The 1963 Small Club World Cup was the seventh edition of the Small Club World Cup, a tournament held in Venezuela between 1952 and 1957, and in 1963 and in 1965. It was played by three participants in double round robin format, and featured players like Evaristo, Hilderaldo Bellini, Cecilio Martinez, Custódio Pinto, Francisco Gento and Ferenc Puskás.

Controversies

Di Stefano kidnapping

On the night of 24 August 1963, the Venezuelan revolutionary group Armed Forces of National Liberation (FALN), kidnapped the player Alfredo Di Stéfano (Real Madrid) at gunpoint from the Potomac Hotel, located in Caracas. The kidnapping received the codenamed "Julián Grimau", after the Spanish communist Julián Grimau García, was executed by firing squad in Spain, in April 1963, during Francisco Franco's dictatorship. At 27 August, three days later, Di Stéfano was released unharmed close to the Spanish embassy without a ransom being paid, and Di Stéfano stressed that his kidnappers had not mistreated him. Di Stéfano played in a match against São Paulo the day after he was released and received a standing ovation.

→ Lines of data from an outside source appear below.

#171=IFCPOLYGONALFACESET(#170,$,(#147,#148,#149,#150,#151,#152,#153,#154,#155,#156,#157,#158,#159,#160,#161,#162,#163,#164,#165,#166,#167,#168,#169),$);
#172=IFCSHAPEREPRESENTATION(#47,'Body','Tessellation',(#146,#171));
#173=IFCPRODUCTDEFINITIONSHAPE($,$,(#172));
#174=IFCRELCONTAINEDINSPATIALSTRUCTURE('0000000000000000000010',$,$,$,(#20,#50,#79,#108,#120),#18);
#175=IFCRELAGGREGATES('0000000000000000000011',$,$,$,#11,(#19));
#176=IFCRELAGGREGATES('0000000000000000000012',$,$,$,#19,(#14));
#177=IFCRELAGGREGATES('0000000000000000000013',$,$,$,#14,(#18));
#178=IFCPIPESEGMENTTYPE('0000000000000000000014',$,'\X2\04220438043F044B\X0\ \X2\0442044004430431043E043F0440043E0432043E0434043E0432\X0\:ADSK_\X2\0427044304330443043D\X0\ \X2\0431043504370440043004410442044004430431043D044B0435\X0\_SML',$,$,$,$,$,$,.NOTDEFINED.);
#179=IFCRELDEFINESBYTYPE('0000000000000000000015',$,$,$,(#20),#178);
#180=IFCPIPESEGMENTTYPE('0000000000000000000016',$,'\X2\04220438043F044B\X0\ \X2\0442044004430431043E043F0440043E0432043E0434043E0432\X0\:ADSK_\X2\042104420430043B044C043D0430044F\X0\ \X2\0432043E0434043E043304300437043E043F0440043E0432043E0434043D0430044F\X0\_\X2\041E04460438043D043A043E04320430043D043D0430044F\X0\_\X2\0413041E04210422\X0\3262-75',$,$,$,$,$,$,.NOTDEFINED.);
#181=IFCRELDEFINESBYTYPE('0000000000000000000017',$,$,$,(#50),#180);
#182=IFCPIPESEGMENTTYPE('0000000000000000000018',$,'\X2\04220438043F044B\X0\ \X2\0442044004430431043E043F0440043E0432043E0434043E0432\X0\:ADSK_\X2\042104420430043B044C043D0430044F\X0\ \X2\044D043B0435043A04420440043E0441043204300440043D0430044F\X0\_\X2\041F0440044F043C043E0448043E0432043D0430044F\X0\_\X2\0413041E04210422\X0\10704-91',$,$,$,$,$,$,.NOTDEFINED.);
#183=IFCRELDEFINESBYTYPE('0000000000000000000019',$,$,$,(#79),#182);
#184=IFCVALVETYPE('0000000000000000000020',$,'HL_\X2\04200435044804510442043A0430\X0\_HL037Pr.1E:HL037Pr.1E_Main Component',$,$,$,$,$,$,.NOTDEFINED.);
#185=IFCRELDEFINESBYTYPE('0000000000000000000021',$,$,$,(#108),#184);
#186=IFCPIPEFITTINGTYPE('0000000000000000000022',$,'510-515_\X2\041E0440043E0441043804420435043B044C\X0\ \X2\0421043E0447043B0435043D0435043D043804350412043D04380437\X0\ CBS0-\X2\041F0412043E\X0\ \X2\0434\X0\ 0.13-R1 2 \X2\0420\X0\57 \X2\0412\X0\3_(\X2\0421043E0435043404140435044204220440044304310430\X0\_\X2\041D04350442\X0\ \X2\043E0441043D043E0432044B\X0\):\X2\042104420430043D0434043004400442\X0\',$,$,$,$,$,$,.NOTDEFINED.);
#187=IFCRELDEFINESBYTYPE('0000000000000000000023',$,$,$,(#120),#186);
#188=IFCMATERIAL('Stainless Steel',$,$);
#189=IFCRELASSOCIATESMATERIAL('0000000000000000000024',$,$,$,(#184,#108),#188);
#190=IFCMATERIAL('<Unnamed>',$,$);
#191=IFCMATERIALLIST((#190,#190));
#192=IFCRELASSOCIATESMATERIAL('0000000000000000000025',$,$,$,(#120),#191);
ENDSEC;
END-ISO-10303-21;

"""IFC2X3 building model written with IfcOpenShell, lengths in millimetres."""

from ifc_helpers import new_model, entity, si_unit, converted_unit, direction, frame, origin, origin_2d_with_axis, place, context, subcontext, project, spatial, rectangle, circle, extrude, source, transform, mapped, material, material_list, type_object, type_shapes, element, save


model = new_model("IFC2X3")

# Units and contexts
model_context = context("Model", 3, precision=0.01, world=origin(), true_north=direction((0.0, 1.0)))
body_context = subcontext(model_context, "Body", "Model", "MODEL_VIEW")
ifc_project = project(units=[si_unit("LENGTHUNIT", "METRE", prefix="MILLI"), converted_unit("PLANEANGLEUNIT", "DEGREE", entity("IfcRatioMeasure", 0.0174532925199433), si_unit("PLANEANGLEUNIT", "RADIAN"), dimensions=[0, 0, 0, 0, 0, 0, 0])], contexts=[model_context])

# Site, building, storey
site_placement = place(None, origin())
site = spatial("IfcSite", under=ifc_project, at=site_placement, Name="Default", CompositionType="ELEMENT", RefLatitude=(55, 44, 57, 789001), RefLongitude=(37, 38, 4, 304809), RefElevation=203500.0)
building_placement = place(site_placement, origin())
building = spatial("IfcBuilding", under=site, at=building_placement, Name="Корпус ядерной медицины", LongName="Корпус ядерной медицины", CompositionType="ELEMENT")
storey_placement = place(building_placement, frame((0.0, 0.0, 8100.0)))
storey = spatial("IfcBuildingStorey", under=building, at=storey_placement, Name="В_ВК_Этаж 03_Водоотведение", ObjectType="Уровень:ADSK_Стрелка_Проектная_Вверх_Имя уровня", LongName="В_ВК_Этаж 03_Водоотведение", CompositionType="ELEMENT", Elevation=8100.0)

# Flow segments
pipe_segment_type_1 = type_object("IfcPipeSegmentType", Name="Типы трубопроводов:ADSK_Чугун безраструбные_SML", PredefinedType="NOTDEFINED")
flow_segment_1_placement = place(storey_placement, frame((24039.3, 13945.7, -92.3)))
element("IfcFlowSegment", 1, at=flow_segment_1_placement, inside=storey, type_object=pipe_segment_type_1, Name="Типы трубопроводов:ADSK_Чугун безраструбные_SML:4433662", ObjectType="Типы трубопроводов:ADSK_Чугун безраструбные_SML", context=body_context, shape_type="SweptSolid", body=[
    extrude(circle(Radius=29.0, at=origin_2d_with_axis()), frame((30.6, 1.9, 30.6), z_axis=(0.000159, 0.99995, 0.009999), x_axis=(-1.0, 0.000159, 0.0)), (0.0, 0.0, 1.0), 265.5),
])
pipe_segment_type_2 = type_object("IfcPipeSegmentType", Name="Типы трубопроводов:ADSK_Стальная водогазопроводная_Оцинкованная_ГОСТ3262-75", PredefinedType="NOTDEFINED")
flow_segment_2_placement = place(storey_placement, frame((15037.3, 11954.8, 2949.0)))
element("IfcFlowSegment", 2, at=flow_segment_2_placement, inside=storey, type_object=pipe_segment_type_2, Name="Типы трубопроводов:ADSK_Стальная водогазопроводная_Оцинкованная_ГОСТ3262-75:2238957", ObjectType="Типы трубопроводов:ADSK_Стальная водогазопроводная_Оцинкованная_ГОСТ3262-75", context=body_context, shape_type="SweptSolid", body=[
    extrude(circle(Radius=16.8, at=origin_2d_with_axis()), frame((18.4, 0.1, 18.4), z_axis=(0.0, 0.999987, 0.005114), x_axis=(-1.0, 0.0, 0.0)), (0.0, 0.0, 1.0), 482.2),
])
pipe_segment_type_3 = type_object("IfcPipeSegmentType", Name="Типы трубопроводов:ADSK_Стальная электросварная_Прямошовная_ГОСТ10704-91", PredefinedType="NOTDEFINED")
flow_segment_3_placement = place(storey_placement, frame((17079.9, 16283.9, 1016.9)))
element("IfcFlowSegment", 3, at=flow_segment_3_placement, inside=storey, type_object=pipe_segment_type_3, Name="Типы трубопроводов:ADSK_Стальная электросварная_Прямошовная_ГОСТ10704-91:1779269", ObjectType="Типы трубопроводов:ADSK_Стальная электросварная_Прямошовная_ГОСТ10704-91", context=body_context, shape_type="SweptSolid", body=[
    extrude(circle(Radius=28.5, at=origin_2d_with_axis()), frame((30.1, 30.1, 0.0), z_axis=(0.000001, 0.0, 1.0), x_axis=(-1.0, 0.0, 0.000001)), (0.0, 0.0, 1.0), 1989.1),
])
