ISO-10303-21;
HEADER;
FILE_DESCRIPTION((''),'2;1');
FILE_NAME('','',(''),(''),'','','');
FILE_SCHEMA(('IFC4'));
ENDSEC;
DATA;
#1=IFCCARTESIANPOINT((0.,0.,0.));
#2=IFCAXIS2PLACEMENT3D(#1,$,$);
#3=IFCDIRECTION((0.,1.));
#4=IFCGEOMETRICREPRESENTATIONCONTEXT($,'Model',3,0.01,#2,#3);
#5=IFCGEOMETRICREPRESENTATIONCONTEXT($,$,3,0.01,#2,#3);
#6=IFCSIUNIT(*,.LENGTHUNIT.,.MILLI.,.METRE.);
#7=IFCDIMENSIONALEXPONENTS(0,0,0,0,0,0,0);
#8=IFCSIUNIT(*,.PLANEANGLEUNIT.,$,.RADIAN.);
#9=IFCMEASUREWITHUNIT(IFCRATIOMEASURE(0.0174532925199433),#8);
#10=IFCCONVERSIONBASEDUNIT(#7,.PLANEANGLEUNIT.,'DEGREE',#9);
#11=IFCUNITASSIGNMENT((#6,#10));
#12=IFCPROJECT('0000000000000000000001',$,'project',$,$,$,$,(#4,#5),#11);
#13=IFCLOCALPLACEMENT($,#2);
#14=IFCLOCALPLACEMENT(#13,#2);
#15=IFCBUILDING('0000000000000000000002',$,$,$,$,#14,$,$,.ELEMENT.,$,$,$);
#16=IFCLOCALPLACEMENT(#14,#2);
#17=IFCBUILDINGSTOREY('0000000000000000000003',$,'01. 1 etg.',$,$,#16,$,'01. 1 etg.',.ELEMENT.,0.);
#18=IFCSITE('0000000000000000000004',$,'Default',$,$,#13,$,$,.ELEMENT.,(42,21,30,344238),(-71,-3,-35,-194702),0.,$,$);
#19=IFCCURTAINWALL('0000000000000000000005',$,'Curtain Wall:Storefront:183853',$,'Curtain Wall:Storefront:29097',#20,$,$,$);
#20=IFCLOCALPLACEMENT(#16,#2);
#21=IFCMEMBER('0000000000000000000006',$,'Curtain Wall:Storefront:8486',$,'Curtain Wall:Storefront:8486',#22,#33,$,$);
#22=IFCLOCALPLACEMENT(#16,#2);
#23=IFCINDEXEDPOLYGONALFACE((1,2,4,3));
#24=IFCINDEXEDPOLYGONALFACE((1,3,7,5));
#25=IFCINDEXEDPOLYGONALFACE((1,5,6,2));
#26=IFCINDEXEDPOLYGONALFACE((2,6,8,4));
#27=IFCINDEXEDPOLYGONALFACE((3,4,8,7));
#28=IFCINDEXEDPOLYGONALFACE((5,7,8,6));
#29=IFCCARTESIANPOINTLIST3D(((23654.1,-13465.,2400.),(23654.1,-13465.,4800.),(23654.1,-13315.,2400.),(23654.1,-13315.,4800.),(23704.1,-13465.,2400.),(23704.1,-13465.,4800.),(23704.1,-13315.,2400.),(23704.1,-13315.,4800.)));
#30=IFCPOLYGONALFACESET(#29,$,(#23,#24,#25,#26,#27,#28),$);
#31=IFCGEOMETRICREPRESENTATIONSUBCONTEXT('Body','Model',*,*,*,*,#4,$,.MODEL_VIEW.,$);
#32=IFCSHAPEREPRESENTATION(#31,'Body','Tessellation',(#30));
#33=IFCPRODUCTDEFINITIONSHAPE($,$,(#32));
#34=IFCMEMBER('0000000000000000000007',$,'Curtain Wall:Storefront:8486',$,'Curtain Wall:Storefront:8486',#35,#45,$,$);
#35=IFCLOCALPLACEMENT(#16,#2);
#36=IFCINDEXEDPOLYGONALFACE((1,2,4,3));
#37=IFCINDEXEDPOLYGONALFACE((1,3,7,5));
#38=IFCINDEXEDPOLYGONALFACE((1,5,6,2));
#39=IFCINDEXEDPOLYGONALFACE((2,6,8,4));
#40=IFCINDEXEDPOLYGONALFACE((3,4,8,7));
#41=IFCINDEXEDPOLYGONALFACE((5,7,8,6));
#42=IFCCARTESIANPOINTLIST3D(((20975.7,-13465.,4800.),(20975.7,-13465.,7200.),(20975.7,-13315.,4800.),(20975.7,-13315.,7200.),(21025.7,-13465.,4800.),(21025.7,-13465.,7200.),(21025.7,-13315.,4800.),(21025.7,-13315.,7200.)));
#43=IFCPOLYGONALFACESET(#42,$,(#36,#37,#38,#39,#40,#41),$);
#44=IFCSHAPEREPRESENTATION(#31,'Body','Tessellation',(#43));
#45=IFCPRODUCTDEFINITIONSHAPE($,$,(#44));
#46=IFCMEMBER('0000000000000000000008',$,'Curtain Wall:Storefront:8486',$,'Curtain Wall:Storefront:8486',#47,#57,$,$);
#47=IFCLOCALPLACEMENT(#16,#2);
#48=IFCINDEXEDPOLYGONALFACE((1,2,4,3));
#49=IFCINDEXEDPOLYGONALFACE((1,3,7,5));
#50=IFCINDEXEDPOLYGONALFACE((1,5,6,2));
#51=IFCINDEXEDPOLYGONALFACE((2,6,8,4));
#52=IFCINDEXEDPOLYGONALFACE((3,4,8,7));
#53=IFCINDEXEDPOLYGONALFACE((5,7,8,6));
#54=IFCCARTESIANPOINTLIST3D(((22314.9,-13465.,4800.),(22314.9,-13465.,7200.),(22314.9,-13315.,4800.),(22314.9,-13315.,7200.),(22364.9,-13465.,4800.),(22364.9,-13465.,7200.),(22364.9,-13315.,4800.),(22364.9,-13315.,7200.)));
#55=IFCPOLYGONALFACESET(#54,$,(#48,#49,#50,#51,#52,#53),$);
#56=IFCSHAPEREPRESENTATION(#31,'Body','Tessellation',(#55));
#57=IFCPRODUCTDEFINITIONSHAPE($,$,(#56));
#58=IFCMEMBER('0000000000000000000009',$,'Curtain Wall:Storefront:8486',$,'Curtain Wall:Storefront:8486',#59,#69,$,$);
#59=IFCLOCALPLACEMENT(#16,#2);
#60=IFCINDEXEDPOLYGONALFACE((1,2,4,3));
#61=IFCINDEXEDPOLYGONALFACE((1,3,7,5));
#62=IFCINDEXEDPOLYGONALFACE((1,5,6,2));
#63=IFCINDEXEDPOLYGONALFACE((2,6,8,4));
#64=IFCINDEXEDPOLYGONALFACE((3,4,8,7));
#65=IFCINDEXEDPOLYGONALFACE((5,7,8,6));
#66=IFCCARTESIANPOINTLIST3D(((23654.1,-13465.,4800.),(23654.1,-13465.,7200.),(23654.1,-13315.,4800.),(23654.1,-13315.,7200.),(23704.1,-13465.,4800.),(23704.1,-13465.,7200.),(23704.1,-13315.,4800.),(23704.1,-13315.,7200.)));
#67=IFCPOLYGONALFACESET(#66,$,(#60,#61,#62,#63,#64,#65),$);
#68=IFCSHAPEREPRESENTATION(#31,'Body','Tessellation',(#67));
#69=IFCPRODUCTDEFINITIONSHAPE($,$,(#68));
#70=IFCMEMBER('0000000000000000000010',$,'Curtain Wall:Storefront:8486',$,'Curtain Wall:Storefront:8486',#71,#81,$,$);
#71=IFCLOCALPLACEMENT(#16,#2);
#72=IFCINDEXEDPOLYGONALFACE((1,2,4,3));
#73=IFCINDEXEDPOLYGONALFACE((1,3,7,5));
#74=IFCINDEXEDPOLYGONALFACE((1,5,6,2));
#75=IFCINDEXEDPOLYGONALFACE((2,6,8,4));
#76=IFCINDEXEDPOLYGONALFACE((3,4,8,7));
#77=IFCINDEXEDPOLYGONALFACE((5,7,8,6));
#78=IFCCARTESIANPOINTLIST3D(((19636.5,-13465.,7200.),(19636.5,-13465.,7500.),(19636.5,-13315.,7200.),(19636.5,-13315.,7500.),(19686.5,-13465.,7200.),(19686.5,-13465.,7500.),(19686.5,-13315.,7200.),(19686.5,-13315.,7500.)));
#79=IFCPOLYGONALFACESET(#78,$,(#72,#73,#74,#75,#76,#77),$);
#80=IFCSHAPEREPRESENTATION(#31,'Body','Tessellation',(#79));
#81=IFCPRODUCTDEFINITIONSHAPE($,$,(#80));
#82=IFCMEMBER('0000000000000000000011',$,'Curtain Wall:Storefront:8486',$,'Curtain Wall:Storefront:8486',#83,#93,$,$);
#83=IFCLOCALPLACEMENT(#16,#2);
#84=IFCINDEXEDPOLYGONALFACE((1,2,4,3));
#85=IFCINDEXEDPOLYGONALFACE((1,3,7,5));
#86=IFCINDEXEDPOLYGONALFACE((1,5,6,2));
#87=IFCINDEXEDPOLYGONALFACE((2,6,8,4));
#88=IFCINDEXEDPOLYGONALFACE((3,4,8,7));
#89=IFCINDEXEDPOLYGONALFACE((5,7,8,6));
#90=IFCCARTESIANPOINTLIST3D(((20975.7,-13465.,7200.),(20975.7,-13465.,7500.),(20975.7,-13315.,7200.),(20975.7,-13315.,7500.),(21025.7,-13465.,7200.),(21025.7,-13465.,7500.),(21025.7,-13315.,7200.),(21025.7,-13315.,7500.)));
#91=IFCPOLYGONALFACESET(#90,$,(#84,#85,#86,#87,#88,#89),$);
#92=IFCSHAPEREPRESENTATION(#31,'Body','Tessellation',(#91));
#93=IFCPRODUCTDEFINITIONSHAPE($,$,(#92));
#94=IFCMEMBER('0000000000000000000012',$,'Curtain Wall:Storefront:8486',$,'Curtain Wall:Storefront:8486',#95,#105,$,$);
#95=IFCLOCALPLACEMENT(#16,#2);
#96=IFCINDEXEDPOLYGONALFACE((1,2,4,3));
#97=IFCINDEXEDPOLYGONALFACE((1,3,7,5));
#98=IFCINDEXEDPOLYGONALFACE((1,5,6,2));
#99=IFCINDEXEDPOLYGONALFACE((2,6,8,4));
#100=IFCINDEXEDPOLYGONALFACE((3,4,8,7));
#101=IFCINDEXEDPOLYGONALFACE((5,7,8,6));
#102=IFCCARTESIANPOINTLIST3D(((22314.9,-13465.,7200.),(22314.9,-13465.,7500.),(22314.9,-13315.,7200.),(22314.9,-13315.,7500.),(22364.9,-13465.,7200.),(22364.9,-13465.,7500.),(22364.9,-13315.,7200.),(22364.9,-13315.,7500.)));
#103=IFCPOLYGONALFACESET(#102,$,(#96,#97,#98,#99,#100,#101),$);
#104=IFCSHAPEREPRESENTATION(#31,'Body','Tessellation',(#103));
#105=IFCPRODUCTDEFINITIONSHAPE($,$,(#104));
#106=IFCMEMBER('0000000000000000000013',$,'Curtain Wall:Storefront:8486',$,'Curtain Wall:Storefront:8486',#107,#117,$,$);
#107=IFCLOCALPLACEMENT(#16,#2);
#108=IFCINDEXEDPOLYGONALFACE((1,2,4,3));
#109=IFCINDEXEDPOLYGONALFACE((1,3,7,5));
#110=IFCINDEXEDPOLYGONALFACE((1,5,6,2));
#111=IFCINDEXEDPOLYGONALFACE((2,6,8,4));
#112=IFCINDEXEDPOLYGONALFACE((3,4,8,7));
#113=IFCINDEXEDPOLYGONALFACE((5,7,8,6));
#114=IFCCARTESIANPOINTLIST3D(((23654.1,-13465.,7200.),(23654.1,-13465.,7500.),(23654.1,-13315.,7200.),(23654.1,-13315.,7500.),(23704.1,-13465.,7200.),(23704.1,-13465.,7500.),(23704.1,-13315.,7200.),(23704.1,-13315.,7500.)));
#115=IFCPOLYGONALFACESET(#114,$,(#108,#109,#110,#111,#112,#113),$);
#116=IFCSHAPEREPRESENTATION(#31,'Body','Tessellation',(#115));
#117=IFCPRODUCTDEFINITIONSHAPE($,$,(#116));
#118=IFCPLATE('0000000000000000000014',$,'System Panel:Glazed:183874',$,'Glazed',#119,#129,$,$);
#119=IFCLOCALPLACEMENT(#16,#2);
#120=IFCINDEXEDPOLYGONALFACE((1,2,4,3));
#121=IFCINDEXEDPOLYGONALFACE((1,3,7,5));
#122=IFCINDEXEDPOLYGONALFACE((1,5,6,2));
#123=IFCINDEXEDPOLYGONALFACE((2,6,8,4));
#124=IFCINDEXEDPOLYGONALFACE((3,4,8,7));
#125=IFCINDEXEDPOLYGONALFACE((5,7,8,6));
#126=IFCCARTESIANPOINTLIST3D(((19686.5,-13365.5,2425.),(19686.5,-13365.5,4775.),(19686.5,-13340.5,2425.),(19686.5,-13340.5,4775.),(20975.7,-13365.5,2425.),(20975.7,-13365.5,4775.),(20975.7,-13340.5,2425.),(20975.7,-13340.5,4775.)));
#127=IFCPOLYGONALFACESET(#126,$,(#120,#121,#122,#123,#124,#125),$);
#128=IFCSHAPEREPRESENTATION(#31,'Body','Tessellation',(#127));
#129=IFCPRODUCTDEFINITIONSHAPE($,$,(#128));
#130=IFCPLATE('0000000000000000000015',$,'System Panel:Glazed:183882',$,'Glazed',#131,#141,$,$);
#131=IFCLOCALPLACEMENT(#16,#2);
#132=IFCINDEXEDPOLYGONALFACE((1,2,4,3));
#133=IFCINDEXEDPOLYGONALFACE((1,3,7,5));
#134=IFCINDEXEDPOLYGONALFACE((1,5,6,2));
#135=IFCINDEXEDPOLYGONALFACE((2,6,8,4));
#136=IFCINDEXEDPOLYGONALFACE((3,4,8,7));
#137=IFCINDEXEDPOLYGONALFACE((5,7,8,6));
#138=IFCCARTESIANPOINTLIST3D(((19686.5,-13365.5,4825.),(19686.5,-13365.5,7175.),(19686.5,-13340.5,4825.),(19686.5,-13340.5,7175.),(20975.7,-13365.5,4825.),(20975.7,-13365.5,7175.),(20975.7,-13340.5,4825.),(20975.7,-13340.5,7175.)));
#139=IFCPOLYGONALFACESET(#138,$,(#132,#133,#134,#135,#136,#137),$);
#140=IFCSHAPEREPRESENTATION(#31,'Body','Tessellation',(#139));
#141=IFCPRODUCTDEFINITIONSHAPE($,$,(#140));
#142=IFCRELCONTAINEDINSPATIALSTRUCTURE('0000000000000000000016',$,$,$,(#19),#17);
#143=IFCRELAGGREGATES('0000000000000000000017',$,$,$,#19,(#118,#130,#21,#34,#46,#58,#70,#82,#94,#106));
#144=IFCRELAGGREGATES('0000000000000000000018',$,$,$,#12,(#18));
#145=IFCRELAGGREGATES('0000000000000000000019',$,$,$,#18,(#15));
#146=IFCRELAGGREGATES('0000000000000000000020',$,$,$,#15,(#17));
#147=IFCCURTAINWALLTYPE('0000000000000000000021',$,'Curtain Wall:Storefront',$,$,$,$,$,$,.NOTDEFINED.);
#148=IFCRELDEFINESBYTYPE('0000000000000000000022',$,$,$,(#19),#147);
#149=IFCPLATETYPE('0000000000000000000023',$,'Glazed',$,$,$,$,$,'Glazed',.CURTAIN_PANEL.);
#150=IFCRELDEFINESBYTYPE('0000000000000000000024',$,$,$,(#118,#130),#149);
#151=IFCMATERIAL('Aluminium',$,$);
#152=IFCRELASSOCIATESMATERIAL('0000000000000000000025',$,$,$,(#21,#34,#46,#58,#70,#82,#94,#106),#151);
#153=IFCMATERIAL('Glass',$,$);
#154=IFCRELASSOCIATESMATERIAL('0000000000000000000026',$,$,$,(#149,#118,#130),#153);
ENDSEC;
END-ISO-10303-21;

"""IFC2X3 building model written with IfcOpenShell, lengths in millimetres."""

from ifc_helpers import new_model, entity, si_unit, converted_unit, direction, frame, frame_2d, origin, origin_2d_with_axis, place, context, subcontext, project, spatial, rectangle, extrude, source, transform, mapped, material, type_object, type_shapes, element, aggregate, save


model = new_model("IFC2X3")

# Units and contexts
model_context = context("Model", 3, precision=0.01, world=origin(), true_north=direction((0.0, 1.0)))
context_of_model = context(None, 3, precision=0.01, world=origin(), true_north=direction((0.0, 1.0)))
body_context = subcontext(model_context, "Body", "Model", "MODEL_VIEW")
ifc_project = project(units=[si_unit("LENGTHUNIT", "METRE", prefix="MILLI"), converted_unit("PLANEANGLEUNIT", "DEGREE", entity("IfcRatioMeasure", 0.0174532925199433), si_unit("PLANEANGLEUNIT", "RADIAN"), dimensions=[0, 0, 0, 0, 0, 0, 0])], contexts=[model_context, context_of_model])

# Site, building, storey
site_placement = place(None, origin())
site = spatial("IfcSite", under=ifc_project, at=site_placement, Name="Default", CompositionType="ELEMENT", RefLatitude=(42, 21, 30, 344238), RefLongitude=(-71, -3, -35, -194702), RefElevation=0.0)
building_placement = place(site_placement, origin())
building = spatial("IfcBuilding", under=site, at=building_placement, CompositionType="ELEMENT")
storey_placement = place(building_placement, origin())
storey = spatial("IfcBuildingStorey", under=building, at=storey_placement, Name="01. 1 etg.", LongName="01. 1 etg.", CompositionType="ELEMENT", Elevation=0.0)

A Spanish movie entitled Real, La Película (Real, The Movie), which recounted these events, was released on 25 August 2005. In a bizarre publicity stunt at the premiere, kidnapper Paul del Rio, now a famous artist, and Di Stéfano were brought together for the first time since the abduction, 42 years before. Paul del Rio died on Caracas at the age of 72.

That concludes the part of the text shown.